TRIPS has stifled the generic competition that drove the price of first generation antiretrovirals down, causing huge disparities in the price of first- and second-line ARVs. In 2009 the median cost of the most commonly used second-line regime (lamivudine+tenofovir+ritonavir-boosted lopinavir) was US$554 in low-income countries, US$692 in lower-middle-income countries, and US$601 in upper-middle-income countries per person per year.2 The vastly more expensive second-line drugs mean that, despite very few people taking them, they still account for a large proportion of the overall drug expenditure.

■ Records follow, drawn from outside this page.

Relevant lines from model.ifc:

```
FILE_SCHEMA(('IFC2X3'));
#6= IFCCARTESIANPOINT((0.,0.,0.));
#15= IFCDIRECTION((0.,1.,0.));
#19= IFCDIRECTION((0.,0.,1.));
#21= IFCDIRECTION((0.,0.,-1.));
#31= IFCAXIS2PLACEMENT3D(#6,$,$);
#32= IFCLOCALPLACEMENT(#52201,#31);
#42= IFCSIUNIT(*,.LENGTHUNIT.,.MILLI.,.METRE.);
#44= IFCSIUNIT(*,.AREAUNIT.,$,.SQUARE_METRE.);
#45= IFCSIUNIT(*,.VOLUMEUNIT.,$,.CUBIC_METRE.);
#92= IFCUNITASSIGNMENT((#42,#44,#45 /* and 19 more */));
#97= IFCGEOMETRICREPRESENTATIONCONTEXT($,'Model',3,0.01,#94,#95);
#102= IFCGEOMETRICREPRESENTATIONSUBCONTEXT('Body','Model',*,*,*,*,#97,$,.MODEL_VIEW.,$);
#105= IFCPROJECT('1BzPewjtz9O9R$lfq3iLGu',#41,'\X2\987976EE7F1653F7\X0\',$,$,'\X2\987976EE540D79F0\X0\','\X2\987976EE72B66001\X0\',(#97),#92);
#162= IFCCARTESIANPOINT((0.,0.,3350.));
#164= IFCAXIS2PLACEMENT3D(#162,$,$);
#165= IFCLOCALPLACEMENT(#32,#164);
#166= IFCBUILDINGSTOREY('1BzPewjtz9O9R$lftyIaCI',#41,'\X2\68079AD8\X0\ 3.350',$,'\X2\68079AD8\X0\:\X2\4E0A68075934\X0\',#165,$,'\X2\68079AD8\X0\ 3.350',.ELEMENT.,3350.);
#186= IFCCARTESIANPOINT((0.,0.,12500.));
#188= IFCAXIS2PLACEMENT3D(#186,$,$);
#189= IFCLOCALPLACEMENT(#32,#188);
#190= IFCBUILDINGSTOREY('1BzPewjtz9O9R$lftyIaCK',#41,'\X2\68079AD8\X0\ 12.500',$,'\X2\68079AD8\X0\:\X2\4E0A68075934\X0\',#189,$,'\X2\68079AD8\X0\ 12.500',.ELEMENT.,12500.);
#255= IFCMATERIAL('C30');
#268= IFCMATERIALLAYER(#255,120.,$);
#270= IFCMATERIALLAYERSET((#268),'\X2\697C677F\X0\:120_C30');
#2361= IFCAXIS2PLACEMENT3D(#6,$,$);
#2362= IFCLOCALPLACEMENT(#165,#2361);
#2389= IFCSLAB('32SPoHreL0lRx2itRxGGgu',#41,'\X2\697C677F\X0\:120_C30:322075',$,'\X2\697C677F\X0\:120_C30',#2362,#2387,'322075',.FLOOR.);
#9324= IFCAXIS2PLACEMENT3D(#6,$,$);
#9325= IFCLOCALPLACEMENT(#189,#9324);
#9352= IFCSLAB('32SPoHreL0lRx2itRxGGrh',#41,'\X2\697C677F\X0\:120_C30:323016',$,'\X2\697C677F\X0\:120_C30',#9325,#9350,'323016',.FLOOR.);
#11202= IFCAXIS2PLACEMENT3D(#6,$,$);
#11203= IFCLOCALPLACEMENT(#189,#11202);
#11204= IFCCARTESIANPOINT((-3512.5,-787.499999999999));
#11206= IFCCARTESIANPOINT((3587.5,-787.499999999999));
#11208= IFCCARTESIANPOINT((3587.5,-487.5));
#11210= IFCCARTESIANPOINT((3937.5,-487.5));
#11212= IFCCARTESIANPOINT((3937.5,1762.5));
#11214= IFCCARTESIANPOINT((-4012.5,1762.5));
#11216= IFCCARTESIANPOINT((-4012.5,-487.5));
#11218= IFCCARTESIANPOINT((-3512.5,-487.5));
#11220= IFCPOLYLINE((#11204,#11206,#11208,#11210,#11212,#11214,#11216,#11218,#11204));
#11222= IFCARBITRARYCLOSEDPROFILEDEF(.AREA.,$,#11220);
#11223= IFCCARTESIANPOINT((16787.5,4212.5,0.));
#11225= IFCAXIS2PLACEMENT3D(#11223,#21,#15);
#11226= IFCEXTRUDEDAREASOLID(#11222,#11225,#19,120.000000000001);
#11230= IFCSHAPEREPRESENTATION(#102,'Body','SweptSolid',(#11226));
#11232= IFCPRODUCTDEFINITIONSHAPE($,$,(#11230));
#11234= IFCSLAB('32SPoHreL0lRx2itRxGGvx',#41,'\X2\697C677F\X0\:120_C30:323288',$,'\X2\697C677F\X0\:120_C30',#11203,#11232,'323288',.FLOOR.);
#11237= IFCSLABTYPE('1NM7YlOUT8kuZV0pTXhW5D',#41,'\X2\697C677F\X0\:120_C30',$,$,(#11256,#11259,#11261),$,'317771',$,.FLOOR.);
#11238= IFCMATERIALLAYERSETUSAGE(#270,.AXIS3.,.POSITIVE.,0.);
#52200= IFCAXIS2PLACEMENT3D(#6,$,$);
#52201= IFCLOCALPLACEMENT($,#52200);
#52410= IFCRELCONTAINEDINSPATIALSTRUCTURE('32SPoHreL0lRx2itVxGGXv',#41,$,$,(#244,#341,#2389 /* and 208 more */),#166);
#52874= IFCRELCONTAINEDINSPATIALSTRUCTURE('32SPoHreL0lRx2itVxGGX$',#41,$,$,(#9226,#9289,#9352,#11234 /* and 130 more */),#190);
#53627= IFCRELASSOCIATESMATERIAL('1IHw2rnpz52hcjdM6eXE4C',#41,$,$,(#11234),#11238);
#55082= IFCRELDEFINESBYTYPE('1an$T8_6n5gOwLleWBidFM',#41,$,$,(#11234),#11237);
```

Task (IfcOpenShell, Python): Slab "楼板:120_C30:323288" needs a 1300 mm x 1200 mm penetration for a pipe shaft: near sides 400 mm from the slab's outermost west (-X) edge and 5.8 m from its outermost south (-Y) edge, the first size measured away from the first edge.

```python
import numpy as np
import ifcopenshell
import ifcopenshell.api.feature
import ifcopenshell.api.geometry
import ifcopenshell.api.root
import ifcopenshell.geom
import ifcopenshell.util.placement
import ifcopenshell.util.representation
import ifcopenshell.util.shape
import ifcopenshell.util.unit

model = ifcopenshell.open("model.ifc")
unit_scale = ifcopenshell.util.unit.calculate_unit_scale(model)
settings = ifcopenshell.geom.settings()


def volume(element):
    """Net volume in cubic metres, openings subtracted."""
    shape = ifcopenshell.geom.create_shape(settings, element)
    return ifcopenshell.util.shape.get_volume(shape.geometry)


slab = model.by_guid("32SPoHreL0lRx2itRxGGvx")
before = volume(slab)

# Extent in the slab's own axes, in metres. The edges named are its -X and -Y sides.
slab_shape = ifcopenshell.geom.create_shape(settings, slab)
vertices = ifcopenshell.util.shape.get_vertices(slab_shape.geometry)
x_min, y_min, bottom = vertices.min(axis=0)
top = vertices[:, 2].max()

opening = ifcopenshell.api.root.create_entity(model, ifc_class="IfcOpeningElement", name="Pipe shaft opening")
context = ifcopenshell.util.representation.get_context(model, "Model", "Body", "MODEL_VIEW")
width, depth = 1.3, 1.2
outline = [(0.0, 0.0), (width, 0.0), (width, depth), (0.0, depth), (0.0, 0.0)]
# Overshoot both faces by 50 mm so the cut is clean.
shape = ifcopenshell.api.geometry.add_slab_representation(
    model, context=context, depth=top - bottom + 0.1, polyline=outline
)
ifcopenshell.api.geometry.assign_representation(model, product=opening, representation=shape)

matrix = ifcopenshell.util.placement.get_local_placement(slab.ObjectPlacement)
matrix[:, 3] = matrix @ np.append(np.array([x_min + 0.4, y_min + 5.8, bottom - 0.05]) / unit_scale, 1.0)
ifcopenshell.api.geometry.edit_object_placement(model, product=opening, matrix=matrix, is_si=False)
ifcopenshell.api.feature.add_feature(model, feature=opening, element=slab)

after = volume(slab)

print(f"slab volume {before:.3f} -> {after:.3f} m3")

model.write("model_rev.ifc")
```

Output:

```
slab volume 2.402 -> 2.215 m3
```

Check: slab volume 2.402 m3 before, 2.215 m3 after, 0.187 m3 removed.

The consequence of TRIPS is that the new, better drugs are only available in countries that have the capacity to cover the high cost. Poor countries are forced to wait until their patent expires or the proprietary prices are forced down. The access to treatment gap between people in wealthy and developing countries has angered many, who feel that TRIPS further exacerbates difficulties in supplying antiretroviral drugs to poor countries and puts the profit margins of the large pharmaceuticals before public health. It is felt that if the capacity to provide generic effective, yet cheap antiretroviral treatment to the developing world exists, then it is immoral not to allow the production of drugs that will save millions of lives.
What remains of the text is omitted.